# Lifestyles & Discussion > Science & Technology >  The Best Flat Earth Documentary by Eric Dubay 6 hours 13 minutes

## Jim Casey

This was just posted on youtube.  The foremost flat earth researcher, Eric Dubay, has covered all the angles on the flat earth model.  If nothing else, you can at least enjoy the rap song at the beginning of the documentary.  I'm 27 minutes into the video so far.  



https://www.youtube.com/watch?v=GhRiLP32qfs

The flat earth awakening continues, now over 7,400,000 youtube search results for flat earth.  I bet flat earth youtube search results will surpass Pokémon youtube search results by the year 2020.

----------


## John F Kennedy III

Bookmarked. Could be interesting.

----------


## Suzanimal

oblate spheroid

----------


## Origanalist

> oblate spheroid


Sure, that's what they want you to think.

----------


## Suzanimal

> Sure, that's what they want you to think.

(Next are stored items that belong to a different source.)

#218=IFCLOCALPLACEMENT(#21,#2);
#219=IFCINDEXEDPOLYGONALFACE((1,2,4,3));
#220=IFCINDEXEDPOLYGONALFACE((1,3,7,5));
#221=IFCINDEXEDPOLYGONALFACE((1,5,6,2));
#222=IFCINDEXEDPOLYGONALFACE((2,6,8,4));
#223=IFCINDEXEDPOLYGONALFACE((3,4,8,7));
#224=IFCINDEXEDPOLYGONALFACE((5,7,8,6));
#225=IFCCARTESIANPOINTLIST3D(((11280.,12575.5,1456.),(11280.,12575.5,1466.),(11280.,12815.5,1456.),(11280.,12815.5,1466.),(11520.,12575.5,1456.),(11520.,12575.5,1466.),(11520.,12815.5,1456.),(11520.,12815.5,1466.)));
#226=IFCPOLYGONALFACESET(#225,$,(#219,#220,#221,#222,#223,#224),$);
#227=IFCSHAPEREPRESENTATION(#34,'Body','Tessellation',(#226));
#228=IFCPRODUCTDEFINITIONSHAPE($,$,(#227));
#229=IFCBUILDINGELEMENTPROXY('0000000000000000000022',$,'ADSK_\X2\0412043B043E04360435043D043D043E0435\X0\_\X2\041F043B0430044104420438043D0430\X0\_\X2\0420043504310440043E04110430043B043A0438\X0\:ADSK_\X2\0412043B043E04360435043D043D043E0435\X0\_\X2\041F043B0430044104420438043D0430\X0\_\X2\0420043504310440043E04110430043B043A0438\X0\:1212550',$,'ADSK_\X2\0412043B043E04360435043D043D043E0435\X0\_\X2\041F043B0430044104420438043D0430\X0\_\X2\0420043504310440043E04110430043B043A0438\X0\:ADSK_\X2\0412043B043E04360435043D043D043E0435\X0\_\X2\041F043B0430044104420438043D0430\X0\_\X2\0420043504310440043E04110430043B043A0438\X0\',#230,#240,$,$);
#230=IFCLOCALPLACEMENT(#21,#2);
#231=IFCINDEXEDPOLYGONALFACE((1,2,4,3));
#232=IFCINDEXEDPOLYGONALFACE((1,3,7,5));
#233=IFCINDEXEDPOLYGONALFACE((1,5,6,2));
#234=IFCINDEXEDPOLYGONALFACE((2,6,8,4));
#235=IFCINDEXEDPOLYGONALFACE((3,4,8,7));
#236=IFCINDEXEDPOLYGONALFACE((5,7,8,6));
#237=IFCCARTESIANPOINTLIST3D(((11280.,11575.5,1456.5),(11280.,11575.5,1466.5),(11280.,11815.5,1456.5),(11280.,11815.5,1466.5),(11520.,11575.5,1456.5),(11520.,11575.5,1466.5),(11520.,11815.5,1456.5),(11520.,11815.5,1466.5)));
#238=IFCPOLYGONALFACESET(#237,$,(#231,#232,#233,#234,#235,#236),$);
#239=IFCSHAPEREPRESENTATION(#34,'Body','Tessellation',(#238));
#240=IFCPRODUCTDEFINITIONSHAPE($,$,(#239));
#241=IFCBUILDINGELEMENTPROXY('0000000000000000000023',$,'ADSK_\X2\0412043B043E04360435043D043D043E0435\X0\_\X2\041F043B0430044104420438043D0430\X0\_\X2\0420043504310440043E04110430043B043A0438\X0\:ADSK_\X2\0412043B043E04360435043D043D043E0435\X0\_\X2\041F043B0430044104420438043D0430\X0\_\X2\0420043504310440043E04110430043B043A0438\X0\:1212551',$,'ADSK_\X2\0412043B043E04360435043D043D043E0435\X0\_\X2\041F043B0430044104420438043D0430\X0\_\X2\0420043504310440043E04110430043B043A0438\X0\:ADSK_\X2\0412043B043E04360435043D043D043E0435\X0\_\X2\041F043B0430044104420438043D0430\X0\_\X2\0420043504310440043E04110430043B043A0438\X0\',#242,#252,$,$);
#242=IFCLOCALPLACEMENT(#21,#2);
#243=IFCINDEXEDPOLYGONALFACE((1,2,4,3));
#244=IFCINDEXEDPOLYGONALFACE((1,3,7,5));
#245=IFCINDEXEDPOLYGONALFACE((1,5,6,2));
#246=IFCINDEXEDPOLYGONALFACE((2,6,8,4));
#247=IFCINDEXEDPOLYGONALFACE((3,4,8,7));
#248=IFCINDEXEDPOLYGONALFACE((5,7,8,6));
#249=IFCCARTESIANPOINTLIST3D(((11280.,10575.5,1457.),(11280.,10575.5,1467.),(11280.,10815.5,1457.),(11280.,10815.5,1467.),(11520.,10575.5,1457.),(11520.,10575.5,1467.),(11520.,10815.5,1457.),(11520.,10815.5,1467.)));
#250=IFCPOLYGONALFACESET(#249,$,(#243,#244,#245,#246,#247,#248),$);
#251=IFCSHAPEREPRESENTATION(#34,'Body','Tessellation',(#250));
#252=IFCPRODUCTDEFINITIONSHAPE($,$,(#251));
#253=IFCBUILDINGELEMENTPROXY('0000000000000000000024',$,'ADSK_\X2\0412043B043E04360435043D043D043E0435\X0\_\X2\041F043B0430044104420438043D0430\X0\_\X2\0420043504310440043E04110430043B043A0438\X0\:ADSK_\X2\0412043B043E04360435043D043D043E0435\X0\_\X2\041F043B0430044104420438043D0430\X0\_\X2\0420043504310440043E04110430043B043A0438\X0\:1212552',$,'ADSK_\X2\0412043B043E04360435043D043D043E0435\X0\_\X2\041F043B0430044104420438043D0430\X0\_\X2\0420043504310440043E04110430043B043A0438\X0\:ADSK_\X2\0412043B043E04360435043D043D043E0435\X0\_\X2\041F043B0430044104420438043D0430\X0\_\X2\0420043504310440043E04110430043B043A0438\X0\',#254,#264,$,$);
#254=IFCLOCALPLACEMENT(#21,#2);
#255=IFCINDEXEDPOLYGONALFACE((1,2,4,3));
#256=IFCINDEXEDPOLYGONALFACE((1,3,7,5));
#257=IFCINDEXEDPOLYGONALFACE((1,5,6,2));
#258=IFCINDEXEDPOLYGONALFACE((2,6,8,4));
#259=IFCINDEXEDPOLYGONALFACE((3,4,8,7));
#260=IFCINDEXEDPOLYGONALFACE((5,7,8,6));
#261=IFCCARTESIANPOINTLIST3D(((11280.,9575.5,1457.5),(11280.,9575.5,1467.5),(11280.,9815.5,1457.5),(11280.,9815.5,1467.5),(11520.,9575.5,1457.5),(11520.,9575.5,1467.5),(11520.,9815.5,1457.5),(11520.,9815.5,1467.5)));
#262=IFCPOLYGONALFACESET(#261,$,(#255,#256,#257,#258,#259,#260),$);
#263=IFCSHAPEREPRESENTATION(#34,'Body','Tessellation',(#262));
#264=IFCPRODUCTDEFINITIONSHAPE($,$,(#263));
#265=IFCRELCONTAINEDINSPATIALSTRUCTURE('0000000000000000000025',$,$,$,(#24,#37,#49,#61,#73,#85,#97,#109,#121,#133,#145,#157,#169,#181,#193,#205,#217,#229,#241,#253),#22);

I read it on the internet - on this website (H/T AF). It must be true.

----------


## TheTexan

> oblate spheroid


Source ?

----------


## TheTexan

The Earth being flat is pretty obvious when you think about it.  It's surprising it's taken us this long to figure this out.

----------


## jllundqu

Hate to piss on people's cheerios, but physics explains just about everything... I don't know about the pushers of this flat earth crap, but I know physics.  And Mass and Gravity are funny things... Center of Gravity is a simple phenomenon to understand.  That's why you are able to stand up straight no matter where you are on the planet:



If we were on a flat plane (or even oblate spheroid lmao)... gravity would vary depending on where you were standing in relation to the center of the plane.  People dropping apples in Australia don't see them flying sideways... pretty sure they fall down no matter where you are.



Won't spend much more time on this but I amazes me people still consider this plausible or even probable.  I can see with my telescope all the spheres of our local system... physics work folks.  And I believe we flew to the moon and back.  There's a billion other ways to debunk this silliness but I won't waste anymore of your time.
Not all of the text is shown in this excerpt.